Известно о посвятительном даре гетеры Приапу, что и понятно, поскольку он был божеством чувственной любви. В соответствии с эпиграммой неизвестного автора, красивая Алксо в память о священном ночном празднике посвятила Приапу венки из крокусов, мирра и плюща, обвитые шерстяными лентами с надписью «милому Приапу, который ласкает, как женщина». Другой неизвестный поэт рассказывает, как гетера Леонтида после долгой ночи, проведенной с «драгоценным» Сфением, посвятила лиру, на которой она играла, Афродите и музам. Или, может, Сфений был поэтом, в чьей поэзии она находила удовольствие?

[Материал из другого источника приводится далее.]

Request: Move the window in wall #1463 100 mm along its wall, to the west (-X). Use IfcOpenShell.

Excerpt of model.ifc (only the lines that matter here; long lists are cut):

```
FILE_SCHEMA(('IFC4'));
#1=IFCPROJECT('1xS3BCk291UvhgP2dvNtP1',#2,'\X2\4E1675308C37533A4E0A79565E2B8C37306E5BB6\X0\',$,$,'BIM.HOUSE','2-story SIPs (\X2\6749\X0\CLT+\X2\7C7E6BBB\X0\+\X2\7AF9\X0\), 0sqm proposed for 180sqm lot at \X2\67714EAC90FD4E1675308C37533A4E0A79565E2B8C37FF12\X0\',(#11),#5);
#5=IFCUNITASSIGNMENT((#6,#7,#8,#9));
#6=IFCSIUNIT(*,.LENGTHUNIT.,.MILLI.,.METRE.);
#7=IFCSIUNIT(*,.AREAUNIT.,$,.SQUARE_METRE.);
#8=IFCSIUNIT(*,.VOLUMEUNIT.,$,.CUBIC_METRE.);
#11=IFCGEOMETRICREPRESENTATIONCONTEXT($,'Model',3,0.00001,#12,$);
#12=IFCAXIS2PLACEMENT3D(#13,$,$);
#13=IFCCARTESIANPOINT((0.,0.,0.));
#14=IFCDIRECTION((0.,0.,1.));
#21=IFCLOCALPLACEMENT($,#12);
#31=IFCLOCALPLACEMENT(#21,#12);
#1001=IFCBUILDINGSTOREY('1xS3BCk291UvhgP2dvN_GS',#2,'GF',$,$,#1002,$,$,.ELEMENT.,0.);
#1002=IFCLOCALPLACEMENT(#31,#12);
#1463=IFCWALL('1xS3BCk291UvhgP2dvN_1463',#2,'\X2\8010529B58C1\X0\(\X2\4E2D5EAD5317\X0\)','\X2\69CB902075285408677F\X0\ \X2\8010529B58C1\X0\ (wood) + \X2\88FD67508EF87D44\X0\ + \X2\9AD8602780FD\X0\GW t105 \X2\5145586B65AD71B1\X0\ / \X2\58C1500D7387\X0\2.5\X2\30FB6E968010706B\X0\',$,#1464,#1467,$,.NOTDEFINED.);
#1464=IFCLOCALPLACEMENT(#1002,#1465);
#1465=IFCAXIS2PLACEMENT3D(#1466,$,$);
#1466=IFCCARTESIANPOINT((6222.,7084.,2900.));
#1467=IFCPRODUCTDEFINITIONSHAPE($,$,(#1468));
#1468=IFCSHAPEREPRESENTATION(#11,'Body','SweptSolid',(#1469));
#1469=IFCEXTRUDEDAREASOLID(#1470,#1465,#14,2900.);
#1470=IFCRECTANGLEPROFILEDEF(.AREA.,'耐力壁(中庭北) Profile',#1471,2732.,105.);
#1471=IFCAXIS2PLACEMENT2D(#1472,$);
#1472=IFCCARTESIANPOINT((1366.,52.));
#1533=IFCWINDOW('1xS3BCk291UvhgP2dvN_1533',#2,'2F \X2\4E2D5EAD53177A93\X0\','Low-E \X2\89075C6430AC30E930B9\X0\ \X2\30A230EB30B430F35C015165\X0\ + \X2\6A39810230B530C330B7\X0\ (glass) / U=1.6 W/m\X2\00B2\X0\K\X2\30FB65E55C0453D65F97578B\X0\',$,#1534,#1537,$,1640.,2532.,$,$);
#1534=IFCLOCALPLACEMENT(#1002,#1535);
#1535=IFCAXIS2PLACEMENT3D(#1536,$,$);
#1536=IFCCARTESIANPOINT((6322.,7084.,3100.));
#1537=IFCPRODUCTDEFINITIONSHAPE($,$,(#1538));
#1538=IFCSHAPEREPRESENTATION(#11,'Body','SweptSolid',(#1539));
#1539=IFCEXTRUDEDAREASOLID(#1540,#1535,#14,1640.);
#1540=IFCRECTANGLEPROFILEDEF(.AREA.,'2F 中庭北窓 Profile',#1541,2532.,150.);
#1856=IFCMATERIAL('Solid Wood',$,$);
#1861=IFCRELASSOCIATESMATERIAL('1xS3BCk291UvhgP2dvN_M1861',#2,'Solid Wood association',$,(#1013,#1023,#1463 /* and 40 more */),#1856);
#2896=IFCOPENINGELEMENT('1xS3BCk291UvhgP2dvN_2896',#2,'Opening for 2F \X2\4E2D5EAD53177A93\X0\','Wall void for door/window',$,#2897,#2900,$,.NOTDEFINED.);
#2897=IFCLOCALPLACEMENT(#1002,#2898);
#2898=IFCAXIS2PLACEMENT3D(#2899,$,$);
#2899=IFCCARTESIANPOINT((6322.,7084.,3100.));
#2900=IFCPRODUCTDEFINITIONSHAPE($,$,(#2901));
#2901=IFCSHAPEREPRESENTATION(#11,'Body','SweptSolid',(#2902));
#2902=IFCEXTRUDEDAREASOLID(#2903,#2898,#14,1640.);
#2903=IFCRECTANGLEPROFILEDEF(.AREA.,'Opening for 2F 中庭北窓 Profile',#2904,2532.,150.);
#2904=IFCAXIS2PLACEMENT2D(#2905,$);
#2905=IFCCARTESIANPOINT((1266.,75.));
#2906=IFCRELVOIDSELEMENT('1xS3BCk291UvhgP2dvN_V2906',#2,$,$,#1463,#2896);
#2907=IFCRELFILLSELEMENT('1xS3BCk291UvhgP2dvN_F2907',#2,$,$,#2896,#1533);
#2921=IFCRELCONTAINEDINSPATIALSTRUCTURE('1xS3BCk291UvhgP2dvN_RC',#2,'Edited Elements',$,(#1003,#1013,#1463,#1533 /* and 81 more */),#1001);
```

```python
import ifcopenshell
import ifcopenshell.api.geometry
import ifcopenshell.util.placement
import ifcopenshell.util.unit

model = ifcopenshell.open("model.ifc")
unit_scale = ifcopenshell.util.unit.calculate_unit_scale(model)

window = model.by_guid("1xS3BCk291UvhgP2dvN_1533")
opening = window.FillsVoids[0].RelatingOpeningElement
wall = opening.VoidsElements[0].RelatingBuildingElement

wall_matrix = ifcopenshell.util.placement.get_local_placement(wall.ObjectPlacement)
shift = wall_matrix[:3, 0] * -0.1 / unit_scale
before = ifcopenshell.util.placement.get_local_placement(window.ObjectPlacement)[:3, 3].copy()

# The window is not placed relative to its opening, so move both.
for product in (opening, window):
    matrix = ifcopenshell.util.placement.get_local_placement(product.ObjectPlacement)
    matrix[:3, 3] += shift
    ifcopenshell.api.geometry.edit_object_placement(model, product=product, matrix=matrix, is_si=False)

after = ifcopenshell.util.placement.get_local_placement(window.ObjectPlacement)[:3, 3]
print("window moved by", (after - before).round(3) + 0.0)

model.write("model_updated.ifc")
```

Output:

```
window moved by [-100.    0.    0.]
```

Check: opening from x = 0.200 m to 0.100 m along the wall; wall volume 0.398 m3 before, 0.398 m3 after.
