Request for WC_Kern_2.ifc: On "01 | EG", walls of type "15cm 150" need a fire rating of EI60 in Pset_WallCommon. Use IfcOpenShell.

First a look at what the model holds.

```python
import ifcopenshell
import ifcopenshell.util.element

model = ifcopenshell.open("WC_Kern_2.ifc")
print(model.schema)
storey = next(s for s in model.by_type("IfcBuildingStorey") if s.Name == "01 | EG")
walls = [e for e in ifcopenshell.util.element.get_decomposition(storey) if e.is_a("IfcWall")]
seen = {}
for e in walls:
    element_type = ifcopenshell.util.element.get_type(e)
    key = (element_type.Name if element_type != e and element_type else None, ifcopenshell.util.element.get_pset(e, "Pset_WallCommon", "FireRating"))
    seen[key] = seen.get(key, 0) + 1
for (name, value), count in sorted(seen.items(), key=str):
    print(count, "x", name, "|", value)
```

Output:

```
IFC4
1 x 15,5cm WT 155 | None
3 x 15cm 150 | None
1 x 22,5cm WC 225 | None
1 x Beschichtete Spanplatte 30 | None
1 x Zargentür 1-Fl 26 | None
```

```python
import ifcopenshell
import ifcopenshell.api.pset
import ifcopenshell.util.element

model = ifcopenshell.open("WC_Kern_2.ifc")

storey = next(s for s in model.by_type("IfcBuildingStorey") if s.Name == "01 | EG")
walls = [e for e in ifcopenshell.util.element.get_decomposition(storey) if e.is_a("IfcWall")]

count = 0
for e in walls:
    element_type = ifcopenshell.util.element.get_type(e)
    if element_type in (None, e) or element_type.Name != "15cm 150":
        continue
    # add_pset returns the element's existing set when there is one.
    pset = ifcopenshell.api.pset.add_pset(model, product=e, name="Pset_WallCommon")
    ifcopenshell.api.pset.edit_pset(model, pset=pset, properties={"FireRating": "EI60"})
    count += 1

print(count, "walls updated")

model.write("WC_Kern_2_edited.ifc")
```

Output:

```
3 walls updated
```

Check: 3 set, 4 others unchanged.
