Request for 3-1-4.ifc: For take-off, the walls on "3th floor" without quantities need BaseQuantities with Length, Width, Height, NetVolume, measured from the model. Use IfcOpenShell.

First a look at what the model holds.

```python
import ifcopenshell
import ifcopenshell.util.element
import ifcopenshell.util.unit

model = ifcopenshell.open("3-1-4.ifc")
print(model.schema)
for unit_type in ("LENGTHUNIT", "AREAUNIT", "VOLUMEUNIT"):
    print(unit_type, ifcopenshell.util.unit.calculate_unit_scale(model, unit_type))
storey = next(s for s in model.by_type("IfcBuildingStorey") if s.Name == "3th floor")
walls = [e for e in ifcopenshell.util.element.get_decomposition(storey) if e.is_a("IfcWall")]
for e in sorted(walls, key=lambda e: e.id()):
    print(e.id(), e.is_a(), e.Name, list(ifcopenshell.util.element.get_psets(e, qtos_only=True)), sep=" | ")
```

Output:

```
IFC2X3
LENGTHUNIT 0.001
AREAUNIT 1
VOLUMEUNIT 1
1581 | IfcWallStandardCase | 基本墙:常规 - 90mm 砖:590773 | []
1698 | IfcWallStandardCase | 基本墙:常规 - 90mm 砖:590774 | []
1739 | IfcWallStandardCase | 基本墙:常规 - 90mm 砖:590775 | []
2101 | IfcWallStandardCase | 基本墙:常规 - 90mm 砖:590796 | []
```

```python
import ifcopenshell
import ifcopenshell.api.pset
import ifcopenshell.geom
import ifcopenshell.util.element
import ifcopenshell.util.shape
import ifcopenshell.util.unit

model = ifcopenshell.open("3-1-4.ifc")
unit_scale = ifcopenshell.util.unit.calculate_unit_scale(model)
volume_scale = ifcopenshell.util.unit.calculate_unit_scale(model, "VOLUMEUNIT")
settings = ifcopenshell.geom.settings()

storey = next(s for s in model.by_type("IfcBuildingStorey") if s.Name == "3th floor")
walls = [e for e in ifcopenshell.util.element.get_decomposition(storey) if e.is_a("IfcWall")]

for e in sorted(walls, key=lambda e: e.id()):
    if ifcopenshell.util.element.get_psets(e, qtos_only=True, should_inherit=False):
        continue
    # Geometry comes back in metres, in the element's own axes.
    shape = ifcopenshell.geom.create_shape(settings, e)
    values = {
        "Length": ifcopenshell.util.shape.get_x(shape.geometry) / unit_scale,
        "Width": ifcopenshell.util.shape.get_y(shape.geometry) / unit_scale,
        "Height": ifcopenshell.util.shape.get_z(shape.geometry) / unit_scale,
        "NetVolume": ifcopenshell.util.shape.get_volume(shape.geometry) / volume_scale,
    }
    qto = ifcopenshell.api.pset.add_qto(model, product=e, name="BaseQuantities")
    ifcopenshell.api.pset.edit_qto(model, qto=qto, properties=values)
    print(e.id(), {k: round(v, 3) for k, v in values.items()})

model.write("3-1-4_rev.ifc")
```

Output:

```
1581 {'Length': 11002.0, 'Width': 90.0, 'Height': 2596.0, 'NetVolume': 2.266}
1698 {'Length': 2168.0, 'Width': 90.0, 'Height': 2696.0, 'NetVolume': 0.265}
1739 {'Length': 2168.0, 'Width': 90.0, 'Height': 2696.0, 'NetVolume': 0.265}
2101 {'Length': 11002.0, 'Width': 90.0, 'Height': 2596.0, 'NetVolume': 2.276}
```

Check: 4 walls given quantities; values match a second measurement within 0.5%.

Возможно, верны оба толкования, словоупотребление оставляет вопрос открытым.
Другой, к сожалению, неизвестный поэт оставил прелестную эпиграмму о гетере Нико, которая принесла в дар Афродите вертишейку (см. с. 167), способную «привлечь мужчину из-за далекого моря, а юношу выманить из скромной спальни, она художественно украшена золотом и дорогим аметистом и обвита мягкой шерстью ягненка».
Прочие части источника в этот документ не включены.